On Windows, Nvidia GPUs are able to use system RAM when their VRAM fills up via **sysmem fallback**. While it sounds like a good idea on the surface, in practice it causes massive slowdowns during generation.

It is strongly suggested to disable this feature:

- Open the **NVIDIA Control Panel** app.
- Expand **3D Settings** on the left panel.
- Click **Manage 3D Settings** in the left panel.
- Find **CUDA - Sysmem Fallback Policy** in the right panel and set it to **Prefer No Sysmem Fallback**.

![cuda-sysmem-fallback](./cuda-sysmem-fallback.png)

!!! tip "Invoke does the same thing, but better"

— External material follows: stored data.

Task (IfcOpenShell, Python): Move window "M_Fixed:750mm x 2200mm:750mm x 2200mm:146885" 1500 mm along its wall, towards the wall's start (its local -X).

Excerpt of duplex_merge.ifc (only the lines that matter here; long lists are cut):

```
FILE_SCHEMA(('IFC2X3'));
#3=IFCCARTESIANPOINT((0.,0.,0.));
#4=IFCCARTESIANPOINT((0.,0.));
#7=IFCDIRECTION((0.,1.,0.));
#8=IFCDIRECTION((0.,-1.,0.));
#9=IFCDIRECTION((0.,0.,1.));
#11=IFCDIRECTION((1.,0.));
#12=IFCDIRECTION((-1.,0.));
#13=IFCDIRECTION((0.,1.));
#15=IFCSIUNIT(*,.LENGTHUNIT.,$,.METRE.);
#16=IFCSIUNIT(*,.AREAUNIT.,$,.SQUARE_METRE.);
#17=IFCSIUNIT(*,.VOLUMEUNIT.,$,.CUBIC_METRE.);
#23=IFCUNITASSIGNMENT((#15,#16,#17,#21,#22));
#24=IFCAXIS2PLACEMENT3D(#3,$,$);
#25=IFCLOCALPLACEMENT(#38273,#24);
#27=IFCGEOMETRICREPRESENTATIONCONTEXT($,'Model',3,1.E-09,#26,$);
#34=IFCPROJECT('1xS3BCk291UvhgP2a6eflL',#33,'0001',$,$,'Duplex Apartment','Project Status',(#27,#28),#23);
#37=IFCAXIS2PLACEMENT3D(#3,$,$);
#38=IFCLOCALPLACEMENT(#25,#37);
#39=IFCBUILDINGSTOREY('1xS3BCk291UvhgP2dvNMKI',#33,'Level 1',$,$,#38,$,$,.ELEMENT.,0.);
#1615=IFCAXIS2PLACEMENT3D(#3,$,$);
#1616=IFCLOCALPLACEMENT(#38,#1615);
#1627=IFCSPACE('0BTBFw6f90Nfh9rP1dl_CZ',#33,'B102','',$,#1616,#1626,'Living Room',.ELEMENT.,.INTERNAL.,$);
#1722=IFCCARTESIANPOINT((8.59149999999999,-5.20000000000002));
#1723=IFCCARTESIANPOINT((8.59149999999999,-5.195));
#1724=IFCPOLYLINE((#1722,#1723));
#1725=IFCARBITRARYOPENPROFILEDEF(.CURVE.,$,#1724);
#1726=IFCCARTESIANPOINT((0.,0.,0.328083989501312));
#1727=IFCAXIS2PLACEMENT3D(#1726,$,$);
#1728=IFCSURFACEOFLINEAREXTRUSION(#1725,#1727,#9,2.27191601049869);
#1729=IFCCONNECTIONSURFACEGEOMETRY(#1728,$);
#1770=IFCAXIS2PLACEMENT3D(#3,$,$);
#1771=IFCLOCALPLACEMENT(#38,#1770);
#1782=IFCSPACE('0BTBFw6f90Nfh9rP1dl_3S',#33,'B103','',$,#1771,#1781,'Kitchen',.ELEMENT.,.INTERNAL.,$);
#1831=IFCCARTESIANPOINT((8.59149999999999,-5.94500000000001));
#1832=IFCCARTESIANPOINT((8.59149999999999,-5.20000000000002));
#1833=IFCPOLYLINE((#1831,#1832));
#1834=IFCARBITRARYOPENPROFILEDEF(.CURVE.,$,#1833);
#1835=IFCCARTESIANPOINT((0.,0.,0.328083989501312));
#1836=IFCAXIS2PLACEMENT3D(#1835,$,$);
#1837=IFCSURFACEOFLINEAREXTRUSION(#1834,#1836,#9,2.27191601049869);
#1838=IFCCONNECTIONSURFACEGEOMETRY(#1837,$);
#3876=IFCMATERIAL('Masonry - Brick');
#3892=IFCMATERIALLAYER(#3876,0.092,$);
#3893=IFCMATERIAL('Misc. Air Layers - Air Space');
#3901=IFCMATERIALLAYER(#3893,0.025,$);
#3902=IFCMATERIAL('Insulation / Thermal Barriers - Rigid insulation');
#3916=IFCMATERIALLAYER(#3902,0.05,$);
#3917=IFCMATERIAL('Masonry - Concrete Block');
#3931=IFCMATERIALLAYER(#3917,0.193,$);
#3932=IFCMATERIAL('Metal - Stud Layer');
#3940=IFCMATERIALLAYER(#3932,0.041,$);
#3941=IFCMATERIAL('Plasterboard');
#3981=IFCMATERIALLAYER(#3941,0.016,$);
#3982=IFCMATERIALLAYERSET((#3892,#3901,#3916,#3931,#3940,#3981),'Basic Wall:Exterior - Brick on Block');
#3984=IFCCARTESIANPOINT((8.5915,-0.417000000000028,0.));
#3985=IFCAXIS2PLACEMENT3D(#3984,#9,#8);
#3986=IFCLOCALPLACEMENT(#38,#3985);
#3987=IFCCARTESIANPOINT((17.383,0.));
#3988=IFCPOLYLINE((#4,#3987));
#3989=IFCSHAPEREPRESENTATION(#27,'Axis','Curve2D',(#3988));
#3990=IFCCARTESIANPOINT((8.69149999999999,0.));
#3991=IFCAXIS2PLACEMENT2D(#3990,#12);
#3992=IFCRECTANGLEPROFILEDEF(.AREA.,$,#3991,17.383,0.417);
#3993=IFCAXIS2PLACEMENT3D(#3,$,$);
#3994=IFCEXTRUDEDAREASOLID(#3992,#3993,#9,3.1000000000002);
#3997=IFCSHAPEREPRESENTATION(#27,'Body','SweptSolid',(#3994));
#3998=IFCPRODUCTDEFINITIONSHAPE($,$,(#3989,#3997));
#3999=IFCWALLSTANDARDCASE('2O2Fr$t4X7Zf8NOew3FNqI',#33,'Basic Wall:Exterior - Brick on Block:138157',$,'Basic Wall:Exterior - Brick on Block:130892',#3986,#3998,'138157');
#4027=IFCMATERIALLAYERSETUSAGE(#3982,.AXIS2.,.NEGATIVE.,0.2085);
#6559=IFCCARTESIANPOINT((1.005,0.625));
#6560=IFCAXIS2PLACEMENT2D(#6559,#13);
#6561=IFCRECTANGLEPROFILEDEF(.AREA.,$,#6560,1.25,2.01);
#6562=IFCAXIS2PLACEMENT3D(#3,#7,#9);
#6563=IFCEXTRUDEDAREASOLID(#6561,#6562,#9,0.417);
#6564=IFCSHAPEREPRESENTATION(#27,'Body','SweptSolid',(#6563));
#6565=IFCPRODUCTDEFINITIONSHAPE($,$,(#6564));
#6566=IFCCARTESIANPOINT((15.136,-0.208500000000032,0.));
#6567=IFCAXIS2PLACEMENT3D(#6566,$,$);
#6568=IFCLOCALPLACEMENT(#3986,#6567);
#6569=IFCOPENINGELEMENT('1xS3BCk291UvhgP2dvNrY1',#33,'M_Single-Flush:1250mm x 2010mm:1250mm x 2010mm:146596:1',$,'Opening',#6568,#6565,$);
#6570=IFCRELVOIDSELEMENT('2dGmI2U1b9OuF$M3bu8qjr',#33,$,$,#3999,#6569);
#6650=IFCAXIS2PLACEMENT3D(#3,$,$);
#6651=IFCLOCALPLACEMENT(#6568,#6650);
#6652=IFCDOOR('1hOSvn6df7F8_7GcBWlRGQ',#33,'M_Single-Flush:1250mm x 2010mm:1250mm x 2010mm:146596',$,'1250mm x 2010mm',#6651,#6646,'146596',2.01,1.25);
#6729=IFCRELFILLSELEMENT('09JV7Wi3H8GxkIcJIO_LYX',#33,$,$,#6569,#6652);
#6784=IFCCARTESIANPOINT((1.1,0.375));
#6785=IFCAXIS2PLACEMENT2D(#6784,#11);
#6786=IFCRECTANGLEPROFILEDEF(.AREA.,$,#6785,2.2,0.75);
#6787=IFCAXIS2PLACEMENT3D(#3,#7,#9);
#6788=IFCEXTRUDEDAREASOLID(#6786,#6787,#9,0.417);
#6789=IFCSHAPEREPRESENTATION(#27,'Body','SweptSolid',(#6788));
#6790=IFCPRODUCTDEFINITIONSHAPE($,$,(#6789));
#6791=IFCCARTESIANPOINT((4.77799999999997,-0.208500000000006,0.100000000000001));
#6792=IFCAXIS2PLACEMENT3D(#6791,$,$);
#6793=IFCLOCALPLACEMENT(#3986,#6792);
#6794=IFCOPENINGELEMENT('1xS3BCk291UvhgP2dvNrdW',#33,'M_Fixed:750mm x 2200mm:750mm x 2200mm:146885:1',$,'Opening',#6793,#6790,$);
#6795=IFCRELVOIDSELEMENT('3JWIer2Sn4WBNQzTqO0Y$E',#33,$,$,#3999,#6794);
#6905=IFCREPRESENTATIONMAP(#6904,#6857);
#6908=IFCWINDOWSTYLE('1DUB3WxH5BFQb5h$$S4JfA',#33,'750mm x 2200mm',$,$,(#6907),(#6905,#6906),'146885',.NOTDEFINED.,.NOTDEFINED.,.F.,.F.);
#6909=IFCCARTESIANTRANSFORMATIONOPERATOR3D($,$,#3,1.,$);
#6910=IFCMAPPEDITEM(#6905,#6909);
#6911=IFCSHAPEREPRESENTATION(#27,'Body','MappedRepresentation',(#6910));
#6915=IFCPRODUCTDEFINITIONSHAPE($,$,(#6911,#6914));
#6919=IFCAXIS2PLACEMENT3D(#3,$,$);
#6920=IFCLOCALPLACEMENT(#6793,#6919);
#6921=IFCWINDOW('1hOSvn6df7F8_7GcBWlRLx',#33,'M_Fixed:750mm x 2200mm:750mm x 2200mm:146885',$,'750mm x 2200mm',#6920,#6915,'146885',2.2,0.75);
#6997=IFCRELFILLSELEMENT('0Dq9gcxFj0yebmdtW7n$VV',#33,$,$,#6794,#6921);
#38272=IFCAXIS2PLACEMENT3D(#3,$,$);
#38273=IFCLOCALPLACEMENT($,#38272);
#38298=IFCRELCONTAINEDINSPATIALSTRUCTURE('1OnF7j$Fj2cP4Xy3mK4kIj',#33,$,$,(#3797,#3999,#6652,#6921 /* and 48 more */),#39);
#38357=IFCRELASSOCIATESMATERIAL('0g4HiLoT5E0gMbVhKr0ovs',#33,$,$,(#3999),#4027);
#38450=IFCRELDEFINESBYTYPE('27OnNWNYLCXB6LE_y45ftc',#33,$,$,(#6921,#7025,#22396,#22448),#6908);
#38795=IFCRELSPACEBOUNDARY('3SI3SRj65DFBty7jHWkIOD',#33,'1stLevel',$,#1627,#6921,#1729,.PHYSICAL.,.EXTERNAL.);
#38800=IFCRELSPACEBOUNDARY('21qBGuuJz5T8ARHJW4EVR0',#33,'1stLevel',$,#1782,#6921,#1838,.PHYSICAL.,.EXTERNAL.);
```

```python
import numpy as np
import ifcopenshell
import ifcopenshell.api.geometry
import ifcopenshell.util.placement
import ifcopenshell.util.unit

model = ifcopenshell.open("duplex_merge.ifc")
unit_scale = ifcopenshell.util.unit.calculate_unit_scale(model)

window = model.by_id(6921)
opening = window.FillsVoids[0].RelatingOpeningElement
wall = opening.VoidsElements[0].RelatingBuildingElement

wall_matrix = ifcopenshell.util.placement.get_local_placement(wall.ObjectPlacement)
shift = wall_matrix[:3, 0] * -1.5 / unit_scale
before = ifcopenshell.util.placement.get_local_placement(window.ObjectPlacement)[:3, 3].copy()

# The window is placed relative to its opening, so it follows when the opening moves.
matrix = ifcopenshell.util.placement.get_local_placement(opening.ObjectPlacement)
matrix[:3, 3] += shift
ifcopenshell.api.geometry.edit_object_placement(
    model, product=opening, matrix=matrix, is_si=False, should_transform_children=True
)

# Space boundary surfaces are stored in each space's coordinates; move them too.
for rel in window.ProvidesBoundaries:
    if not rel.ConnectionGeometry:
        continue
    surface = rel.ConnectionGeometry.SurfaceOnRelatingElement
    space_matrix = ifcopenshell.util.placement.get_local_placement(rel.RelatingSpace.ObjectPlacement)
    point = np.array(surface.Position.Location.Coordinates) + space_matrix[:3, :3].T @ shift
    surface.Position = model.createIfcAxis2Placement3D(
        model.createIfcCartesianPoint(point.tolist()), surface.Position.Axis, surface.Position.RefDirection
    )

after = ifcopenshell.util.placement.get_local_placement(window.ObjectPlacement)[:3, 3]
print("window moved by", (after - before).round(3) + 0.0)

model.write("duplex_merge_rev.ifc")
```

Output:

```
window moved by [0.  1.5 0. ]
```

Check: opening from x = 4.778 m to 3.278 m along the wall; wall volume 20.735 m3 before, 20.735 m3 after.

    If the sysmem fallback feature sounds familiar, that's because Invoke's partial model loading strategy is conceptually very similar - use VRAM when there's room, else fall back to RAM.

    Unfortunately, the Nvidia implementation is not optimized for applications like Invoke and does more harm than good.

## Troubleshooting

### Windows page file

Invoke has high virtual memory (a.k.a. 'committed memory') requirements. This can cause issues on Windows if the page file size limits are hit. (See this issue for the technical details on why this happens: https://github.com/invoke-ai/InvokeAI/issues/7563).

If you run out of page file space, InvokeAI may crash. Often, these crashes will happen with one of the following errors:

- InvokeAI exits with Windows error code `3221225477`
- InvokeAI crashes without an error, but `eventvwr.msc` reveals an error with code `0xc0000005` (the hex equivalent of `3221225477`)

If you are running out of page file space, try the following solutions:

- Make sure that you have sufficient disk space for the page file to grow. Watch your disk usage as Invoke runs. If it climbs near 100% leading up to the crash, then this is very likely the source of the issue. Clear out some disk space to resolve the issue.
- Make sure that your page file is set to "System managed size" (this is the default) rather than a custom size. Under the "System managed size" policy, the page file will grow dynamically as needed.